Sie werden auch vorgeführt in Caravaggios "Amor als Sieger", jenem Gemälde, das immer wieder unter Pädophilieverdacht steht. So meinte der frühere SPD-Politiker Sebastian Edathy, mit diesem Kunstwerk Kinderpornografie rechtfertigen zu können. Die Kunsthistorikerin Victoria von Flemming konnte dagegen zeigen, dass Caravaggio die auf Platon zurückgehende Idee persifliert, wonach ein reifer Mann sich in der Liebe freiwillig zum Knecht eines Knaben macht (aber jederzeit wieder die Kontrolle über diesen gewinnen kann). Caravaggios nackter, verletzlicher und sehr junger Bub verlacht in obszöner Pose die Attribute des gelehrten Mannes, dessen kaputte Instrumente, den Zirkel, den Globus, die abgeworfene Rüstung.
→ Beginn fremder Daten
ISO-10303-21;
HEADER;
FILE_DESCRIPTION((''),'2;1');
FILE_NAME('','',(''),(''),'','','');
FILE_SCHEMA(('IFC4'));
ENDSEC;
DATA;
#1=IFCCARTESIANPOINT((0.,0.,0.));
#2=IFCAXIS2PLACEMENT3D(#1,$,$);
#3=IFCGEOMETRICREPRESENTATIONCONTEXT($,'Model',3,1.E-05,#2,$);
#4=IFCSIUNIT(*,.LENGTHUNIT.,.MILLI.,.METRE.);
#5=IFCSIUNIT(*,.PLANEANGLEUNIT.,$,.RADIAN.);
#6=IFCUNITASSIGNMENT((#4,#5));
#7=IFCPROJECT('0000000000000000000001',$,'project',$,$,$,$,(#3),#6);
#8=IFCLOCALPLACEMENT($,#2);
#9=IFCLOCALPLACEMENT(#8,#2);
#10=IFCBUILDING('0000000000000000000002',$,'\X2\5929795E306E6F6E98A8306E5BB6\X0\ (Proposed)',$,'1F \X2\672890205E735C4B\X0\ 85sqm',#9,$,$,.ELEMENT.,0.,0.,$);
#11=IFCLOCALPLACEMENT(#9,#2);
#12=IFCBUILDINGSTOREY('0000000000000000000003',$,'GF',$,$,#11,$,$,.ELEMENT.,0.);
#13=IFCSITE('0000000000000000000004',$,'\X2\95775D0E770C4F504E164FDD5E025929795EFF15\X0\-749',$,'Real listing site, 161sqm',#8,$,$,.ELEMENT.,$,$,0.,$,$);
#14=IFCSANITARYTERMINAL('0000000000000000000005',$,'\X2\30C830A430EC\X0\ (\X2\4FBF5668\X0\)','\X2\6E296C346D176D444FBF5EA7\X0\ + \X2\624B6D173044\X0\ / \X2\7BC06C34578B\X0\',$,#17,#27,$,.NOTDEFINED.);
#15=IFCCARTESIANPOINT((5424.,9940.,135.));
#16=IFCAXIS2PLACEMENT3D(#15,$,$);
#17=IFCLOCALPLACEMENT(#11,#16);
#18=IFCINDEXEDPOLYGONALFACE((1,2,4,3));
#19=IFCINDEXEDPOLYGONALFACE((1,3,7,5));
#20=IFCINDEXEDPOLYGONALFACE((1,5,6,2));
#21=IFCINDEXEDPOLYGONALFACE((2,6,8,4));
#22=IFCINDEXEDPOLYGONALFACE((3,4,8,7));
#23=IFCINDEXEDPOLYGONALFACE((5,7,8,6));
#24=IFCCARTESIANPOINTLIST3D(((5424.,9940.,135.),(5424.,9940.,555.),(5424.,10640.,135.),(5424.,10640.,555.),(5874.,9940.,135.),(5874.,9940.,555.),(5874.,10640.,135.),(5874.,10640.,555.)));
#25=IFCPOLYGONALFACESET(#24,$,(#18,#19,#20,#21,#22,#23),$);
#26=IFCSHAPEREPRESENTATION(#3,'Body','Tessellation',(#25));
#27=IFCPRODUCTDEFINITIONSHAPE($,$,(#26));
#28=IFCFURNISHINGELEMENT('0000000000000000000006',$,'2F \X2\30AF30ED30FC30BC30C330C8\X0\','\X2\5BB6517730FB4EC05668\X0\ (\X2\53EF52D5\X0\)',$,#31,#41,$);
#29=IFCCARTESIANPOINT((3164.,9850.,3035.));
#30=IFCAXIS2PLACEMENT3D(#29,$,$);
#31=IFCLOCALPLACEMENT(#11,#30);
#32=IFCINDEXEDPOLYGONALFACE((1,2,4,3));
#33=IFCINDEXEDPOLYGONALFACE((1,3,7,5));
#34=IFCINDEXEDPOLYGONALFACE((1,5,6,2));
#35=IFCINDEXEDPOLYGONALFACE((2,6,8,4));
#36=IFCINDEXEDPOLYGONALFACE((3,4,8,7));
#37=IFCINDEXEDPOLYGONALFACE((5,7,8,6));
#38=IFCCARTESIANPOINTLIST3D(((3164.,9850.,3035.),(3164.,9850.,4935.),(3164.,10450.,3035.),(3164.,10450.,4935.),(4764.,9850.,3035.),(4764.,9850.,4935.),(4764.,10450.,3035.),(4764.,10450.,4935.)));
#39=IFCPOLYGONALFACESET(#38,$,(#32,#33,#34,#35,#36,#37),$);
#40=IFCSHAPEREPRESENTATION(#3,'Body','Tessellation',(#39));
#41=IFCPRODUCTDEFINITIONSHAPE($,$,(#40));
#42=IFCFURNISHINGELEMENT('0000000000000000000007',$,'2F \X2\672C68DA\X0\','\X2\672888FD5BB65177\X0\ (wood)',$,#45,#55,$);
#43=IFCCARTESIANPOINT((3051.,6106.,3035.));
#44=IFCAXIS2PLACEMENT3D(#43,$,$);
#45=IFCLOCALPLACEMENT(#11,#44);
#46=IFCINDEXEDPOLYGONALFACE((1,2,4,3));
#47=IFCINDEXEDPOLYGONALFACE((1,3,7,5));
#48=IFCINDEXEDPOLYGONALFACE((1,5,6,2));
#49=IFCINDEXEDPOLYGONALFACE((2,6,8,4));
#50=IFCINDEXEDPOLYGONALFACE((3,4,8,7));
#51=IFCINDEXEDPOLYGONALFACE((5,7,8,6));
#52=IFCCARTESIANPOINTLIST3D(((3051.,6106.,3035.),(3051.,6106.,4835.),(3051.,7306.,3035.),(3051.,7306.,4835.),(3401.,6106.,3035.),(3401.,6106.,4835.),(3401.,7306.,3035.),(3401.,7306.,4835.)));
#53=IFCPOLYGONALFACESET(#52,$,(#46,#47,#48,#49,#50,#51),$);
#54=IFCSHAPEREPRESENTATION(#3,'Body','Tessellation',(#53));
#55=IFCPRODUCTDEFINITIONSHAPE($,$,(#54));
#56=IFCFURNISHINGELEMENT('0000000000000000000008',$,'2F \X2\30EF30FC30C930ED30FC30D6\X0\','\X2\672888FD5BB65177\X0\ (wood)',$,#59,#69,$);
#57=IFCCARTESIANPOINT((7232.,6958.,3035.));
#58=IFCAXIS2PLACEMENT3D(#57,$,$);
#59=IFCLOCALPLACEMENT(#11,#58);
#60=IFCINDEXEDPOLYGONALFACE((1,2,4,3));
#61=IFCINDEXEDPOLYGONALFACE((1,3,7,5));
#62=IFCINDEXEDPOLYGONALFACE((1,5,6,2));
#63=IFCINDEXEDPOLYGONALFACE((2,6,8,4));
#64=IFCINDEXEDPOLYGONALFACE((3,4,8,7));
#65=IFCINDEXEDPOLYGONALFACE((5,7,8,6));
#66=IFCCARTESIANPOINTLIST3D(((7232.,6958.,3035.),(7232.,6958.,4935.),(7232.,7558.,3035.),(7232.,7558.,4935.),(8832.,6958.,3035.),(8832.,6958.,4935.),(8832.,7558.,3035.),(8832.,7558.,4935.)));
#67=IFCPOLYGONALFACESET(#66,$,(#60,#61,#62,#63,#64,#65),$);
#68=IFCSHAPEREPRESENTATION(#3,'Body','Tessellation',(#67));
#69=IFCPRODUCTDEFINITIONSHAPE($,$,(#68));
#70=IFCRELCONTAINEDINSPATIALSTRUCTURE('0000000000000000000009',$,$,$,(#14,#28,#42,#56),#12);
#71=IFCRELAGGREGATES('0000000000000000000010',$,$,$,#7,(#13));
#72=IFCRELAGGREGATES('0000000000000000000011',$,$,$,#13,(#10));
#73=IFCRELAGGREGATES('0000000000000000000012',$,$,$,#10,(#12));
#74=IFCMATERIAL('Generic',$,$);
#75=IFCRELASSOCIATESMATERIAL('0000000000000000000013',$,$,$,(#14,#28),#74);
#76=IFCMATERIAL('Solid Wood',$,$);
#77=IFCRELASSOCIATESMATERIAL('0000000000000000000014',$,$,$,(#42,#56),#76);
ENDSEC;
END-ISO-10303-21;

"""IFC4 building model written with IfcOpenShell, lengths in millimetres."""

from ifc_helpers import new_model, si_unit, frame, frame_2d, origin, place, context, project, spatial, rectangle, extrude, material, element, save


model = new_model("IFC4")

# Units and contexts
model_context = context("Model", 3, precision=1e-05, world=origin())
ifc_project = project(units=[si_unit("LENGTHUNIT", "METRE", prefix="MILLI"), si_unit("PLANEANGLEUNIT", "RADIAN")], contexts=[model_context])

# Site, building, storey
site_placement = place(None, origin())
site = spatial("IfcSite", under=ifc_project, at=site_placement, Name="長崎県佐世保市天神５-749", ObjectType="Real listing site, 161sqm", CompositionType="ELEMENT", RefElevation=0.0)
building_placement = place(site_placement, origin())
building = spatial("IfcBuilding", under=site, at=building_placement, Name="天神の潮風の家 (Proposed)", ObjectType="1F 木造平屋 85sqm", CompositionType="ELEMENT", ElevationOfRefHeight=0.0, ElevationOfTerrain=0.0)
storey_placement = place(building_placement, origin())
storey = spatial("IfcBuildingStorey", under=building, at=storey_placement, Name="GF", CompositionType="ELEMENT", Elevation=0.0)

# Shared definitions
ifc_material_1 = material(Name="Solid Wood")

# Shared definitions
ifc_material_2 = material(Name="Generic")

# Sanitary terminal
sanitary_terminal_placement = place(storey_placement, frame((5424.0, 9940.0, 135.0)))
element("IfcSanitaryTerminal", 1, at=sanitary_terminal_placement, inside=storey, material=ifc_material_2, Name="トイレ (便器)", Description="温水洗浄便座 + 手洗い / 節水型", PredefinedType="NOTDEFINED", context=model_context, shape_type="SweptSolid", body=[
    extrude(rectangle(XDim=450.0, YDim=700.0, at=frame_2d((225.0, 350.0))), frame((5424.0, 9940.0, 135.0)), (0.0, 0.0, 1.0), 420.0),
])

# Furnishing elements
furnishing_1_placement = place(storey_placement, frame((3164.0, 9850.0, 3035.0)))
element("IfcFurnishingElement", 2, at=furnishing_1_placement, inside=storey, material=ifc_material_2, Name="2F クローゼット", Description="家具・什器 (可動)", context=model_context, shape_type="SweptSolid", body=[
    extrude(rectangle(XDim=1600.0, YDim=600.0, at=frame_2d((800.0, 300.0))), frame((3164.0, 9850.0, 3035.0)), (0.0, 0.0, 1.0), 1900.0),
])
furnishing_2_placement = place(storey_placement, frame((3051.0, 6106.0, 3035.0)))
element("IfcFurnishingElement", 3, at=furnishing_2_placement, inside=storey, material=ifc_material_1, Name="2F 本棚", Description="木製家具 (wood)", context=model_context, shape_type="SweptSolid", body=[
    extrude(rectangle(XDim=350.0, YDim=1200.0, at=frame_2d((175.0, 600.0))), frame((3051.0, 6106.0, 3035.0)), (0.0, 0.0, 1.0), 1800.0),
])
furnishing_3_placement = place(storey_placement, frame((7232.0, 6958.0, 3035.0)))
element("IfcFurnishingElement", 4, at=furnishing_3_placement, inside=storey, material=ifc_material_1, Name="2F ワードローブ", Description="木製家具 (wood)", context=model_context, shape_type="SweptSolid", body=[
    extrude(rectangle(XDim=1600.0, YDim=600.0, at=frame_2d((800.0, 300.0))), frame((7232.0, 6958.0, 3035.0)), (0.0, 0.0, 1.0), 1900.0),
])

save(model, "model.ifc")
Triumphal reckt er seinen Unterleib hervor - und kann doch jederzeit zum Opfer werden des lächerlichen Älteren, der sich dem Kind nur scheinbar unterwirft, um dann zurückzukehren und auf die kaputte Laute andere Saiten aufzuziehen. Gerade weil das Bild so deutlich ist, schmerzt Caravaggios Karikatur des Machtgefälles, das dem auch damals schon verpönten Kindesmissbrauch innewohnt.
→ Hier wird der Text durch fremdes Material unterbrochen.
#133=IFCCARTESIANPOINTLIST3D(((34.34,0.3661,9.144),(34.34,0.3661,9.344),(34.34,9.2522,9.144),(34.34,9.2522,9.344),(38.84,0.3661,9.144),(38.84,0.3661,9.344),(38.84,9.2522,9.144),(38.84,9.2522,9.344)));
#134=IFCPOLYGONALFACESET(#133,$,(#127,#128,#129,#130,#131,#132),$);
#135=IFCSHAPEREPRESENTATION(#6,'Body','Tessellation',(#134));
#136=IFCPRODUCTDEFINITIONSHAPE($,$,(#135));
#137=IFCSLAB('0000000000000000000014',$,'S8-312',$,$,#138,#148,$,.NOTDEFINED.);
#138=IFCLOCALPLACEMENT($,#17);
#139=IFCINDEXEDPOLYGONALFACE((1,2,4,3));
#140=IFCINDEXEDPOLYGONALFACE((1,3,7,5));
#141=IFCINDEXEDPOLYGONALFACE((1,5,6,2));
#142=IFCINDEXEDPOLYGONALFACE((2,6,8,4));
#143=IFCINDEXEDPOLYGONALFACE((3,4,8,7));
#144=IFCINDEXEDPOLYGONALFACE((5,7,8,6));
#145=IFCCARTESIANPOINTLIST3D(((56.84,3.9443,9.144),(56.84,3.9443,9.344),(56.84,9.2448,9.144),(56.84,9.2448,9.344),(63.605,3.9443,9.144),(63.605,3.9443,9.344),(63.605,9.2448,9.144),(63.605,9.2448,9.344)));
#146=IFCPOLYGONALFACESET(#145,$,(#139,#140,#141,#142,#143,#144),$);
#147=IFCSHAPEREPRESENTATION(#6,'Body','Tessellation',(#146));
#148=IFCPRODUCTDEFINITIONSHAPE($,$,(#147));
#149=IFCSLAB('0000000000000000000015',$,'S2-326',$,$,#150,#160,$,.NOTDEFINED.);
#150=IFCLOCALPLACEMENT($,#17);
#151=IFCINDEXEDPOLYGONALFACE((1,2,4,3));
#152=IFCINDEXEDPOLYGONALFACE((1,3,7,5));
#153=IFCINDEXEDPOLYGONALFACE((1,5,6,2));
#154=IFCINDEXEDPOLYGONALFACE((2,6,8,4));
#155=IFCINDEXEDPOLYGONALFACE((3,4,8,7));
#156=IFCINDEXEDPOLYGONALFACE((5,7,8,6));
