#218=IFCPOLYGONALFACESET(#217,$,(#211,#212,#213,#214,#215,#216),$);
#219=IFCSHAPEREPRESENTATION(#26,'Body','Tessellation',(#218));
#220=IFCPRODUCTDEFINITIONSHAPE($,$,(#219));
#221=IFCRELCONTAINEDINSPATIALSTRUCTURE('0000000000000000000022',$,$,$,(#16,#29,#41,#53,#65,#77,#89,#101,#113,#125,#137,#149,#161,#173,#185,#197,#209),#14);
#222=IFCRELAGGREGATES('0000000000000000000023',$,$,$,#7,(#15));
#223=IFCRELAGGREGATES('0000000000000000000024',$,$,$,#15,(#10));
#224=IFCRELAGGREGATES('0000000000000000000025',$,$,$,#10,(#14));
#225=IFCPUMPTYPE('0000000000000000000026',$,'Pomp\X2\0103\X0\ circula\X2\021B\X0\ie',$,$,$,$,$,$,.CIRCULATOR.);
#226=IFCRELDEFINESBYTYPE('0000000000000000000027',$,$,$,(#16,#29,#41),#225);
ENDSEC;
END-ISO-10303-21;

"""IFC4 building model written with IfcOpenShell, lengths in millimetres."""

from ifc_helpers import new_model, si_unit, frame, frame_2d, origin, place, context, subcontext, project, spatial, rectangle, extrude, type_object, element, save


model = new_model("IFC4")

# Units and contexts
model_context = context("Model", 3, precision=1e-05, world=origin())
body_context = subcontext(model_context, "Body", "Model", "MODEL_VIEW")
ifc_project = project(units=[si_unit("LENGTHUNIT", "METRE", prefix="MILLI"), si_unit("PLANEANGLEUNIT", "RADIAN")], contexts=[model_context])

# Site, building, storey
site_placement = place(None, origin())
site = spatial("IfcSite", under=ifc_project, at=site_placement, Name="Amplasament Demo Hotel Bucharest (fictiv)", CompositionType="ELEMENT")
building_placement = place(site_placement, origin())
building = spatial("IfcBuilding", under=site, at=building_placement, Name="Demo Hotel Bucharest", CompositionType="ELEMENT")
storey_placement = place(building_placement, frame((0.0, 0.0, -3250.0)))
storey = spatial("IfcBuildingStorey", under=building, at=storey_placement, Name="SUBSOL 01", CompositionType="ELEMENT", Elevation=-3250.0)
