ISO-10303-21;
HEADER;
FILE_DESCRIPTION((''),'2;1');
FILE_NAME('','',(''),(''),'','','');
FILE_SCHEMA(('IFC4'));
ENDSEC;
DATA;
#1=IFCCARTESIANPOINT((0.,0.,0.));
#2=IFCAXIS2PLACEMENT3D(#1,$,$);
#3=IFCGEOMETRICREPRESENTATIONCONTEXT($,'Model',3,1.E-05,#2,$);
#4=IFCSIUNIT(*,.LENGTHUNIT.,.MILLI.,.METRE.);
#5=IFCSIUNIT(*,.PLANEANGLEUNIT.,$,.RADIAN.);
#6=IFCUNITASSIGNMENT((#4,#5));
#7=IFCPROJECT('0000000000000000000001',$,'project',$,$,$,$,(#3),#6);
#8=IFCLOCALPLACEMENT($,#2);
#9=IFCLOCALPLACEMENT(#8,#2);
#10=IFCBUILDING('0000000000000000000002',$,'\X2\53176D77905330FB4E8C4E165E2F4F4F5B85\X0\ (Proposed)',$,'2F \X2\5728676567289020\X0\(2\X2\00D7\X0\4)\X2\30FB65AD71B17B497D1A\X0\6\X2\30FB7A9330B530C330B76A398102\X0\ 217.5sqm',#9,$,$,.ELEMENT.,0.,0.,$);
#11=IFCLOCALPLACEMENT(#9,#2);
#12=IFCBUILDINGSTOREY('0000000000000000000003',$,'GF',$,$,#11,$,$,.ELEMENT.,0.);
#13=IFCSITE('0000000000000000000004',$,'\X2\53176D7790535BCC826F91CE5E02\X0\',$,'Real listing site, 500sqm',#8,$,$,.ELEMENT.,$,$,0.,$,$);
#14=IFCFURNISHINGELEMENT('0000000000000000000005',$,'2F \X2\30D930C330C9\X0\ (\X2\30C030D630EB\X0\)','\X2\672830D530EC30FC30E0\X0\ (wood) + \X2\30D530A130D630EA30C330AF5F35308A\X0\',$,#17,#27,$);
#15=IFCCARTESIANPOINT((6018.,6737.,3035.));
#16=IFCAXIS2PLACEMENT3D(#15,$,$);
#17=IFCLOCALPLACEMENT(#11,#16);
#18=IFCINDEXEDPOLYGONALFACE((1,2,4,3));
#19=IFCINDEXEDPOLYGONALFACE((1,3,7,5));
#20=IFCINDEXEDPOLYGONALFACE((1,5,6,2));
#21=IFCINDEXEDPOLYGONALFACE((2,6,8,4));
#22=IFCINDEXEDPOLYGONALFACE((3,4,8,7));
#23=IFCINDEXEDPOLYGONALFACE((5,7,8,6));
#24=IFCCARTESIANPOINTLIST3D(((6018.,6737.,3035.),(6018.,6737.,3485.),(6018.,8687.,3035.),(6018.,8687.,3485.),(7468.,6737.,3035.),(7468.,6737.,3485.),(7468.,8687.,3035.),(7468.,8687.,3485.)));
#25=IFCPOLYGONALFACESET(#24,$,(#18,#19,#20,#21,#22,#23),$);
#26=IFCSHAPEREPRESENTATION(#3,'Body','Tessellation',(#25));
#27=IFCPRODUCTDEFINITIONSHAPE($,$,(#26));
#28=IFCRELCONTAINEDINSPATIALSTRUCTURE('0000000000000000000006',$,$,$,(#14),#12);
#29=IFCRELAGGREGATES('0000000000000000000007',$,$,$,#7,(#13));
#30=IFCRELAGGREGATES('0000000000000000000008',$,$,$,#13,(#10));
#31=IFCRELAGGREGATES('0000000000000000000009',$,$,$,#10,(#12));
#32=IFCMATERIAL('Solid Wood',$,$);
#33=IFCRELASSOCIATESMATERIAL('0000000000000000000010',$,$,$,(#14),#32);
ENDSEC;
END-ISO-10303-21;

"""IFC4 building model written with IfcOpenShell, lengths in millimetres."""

from ifc_helpers import new_model, si_unit, frame, frame_2d, origin, place, context, project, spatial, rectangle, extrude, material, element, save


model = new_model("IFC4")

# Units and contexts
model_context = context("Model", 3, precision=1e-05, world=origin())
ifc_project = project(units=[si_unit("LENGTHUNIT", "METRE", prefix="MILLI"), si_unit("PLANEANGLEUNIT", "RADIAN")], contexts=[model_context])

# Site, building, storey
site_placement = place(None, origin())
site = spatial("IfcSite", under=ifc_project, at=site_placement, Name="北海道富良野市", ObjectType="Real listing site, 500sqm", CompositionType="ELEMENT", RefElevation=0.0)
building_placement = place(site_placement, origin())
building = spatial("IfcBuilding", under=site, at=building_placement, Name="北海道・二世帯住宅 (Proposed)", ObjectType="2F 在来木造(2×4)・断熱等級6・窓サッシ樹脂 217.5sqm", CompositionType="ELEMENT", ElevationOfRefHeight=0.0, ElevationOfTerrain=0.0)
storey_placement = place(building_placement, origin())
storey = spatial("IfcBuildingStorey", under=building, at=storey_placement, Name="GF", CompositionType="ELEMENT", Elevation=0.0)

# Shared definitions
ifc_material_1 = material(Name="Solid Wood")

# Furnishing element
furnishing_1_placement = place(storey_placement, frame((6018.0, 6737.0, 3035.0)))
element("IfcFurnishingElement", 1, at=furnishing_1_placement, inside=storey, material=ifc_material_1, Name="2F ベッド (ダブル)", Description="木フレーム (wood) + ファブリック張り", context=model_context, shape_type="SweptSolid", body=[
    extrude(rectangle(XDim=1450.0, YDim=1950.0, at=frame_2d((725.0, 975.0))), frame((6018.0, 6737.0, 3035.0)), (0.0, 0.0, 1.0), 450.0),
])

save(model, "model.ifc")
Im Museum sind Untaten und Machtmissbrauch schon lange, wie heute bei "Me Too", sag-und zeigbar. Es taugt nicht zur Selbstvergewisserung für Nostalgiker. Die Deutungshoheit einer kleinen männlichen Elite in Kunst- und Geschlechterfragen haben hier schon andere zunichte gemacht: die Künstler selbst.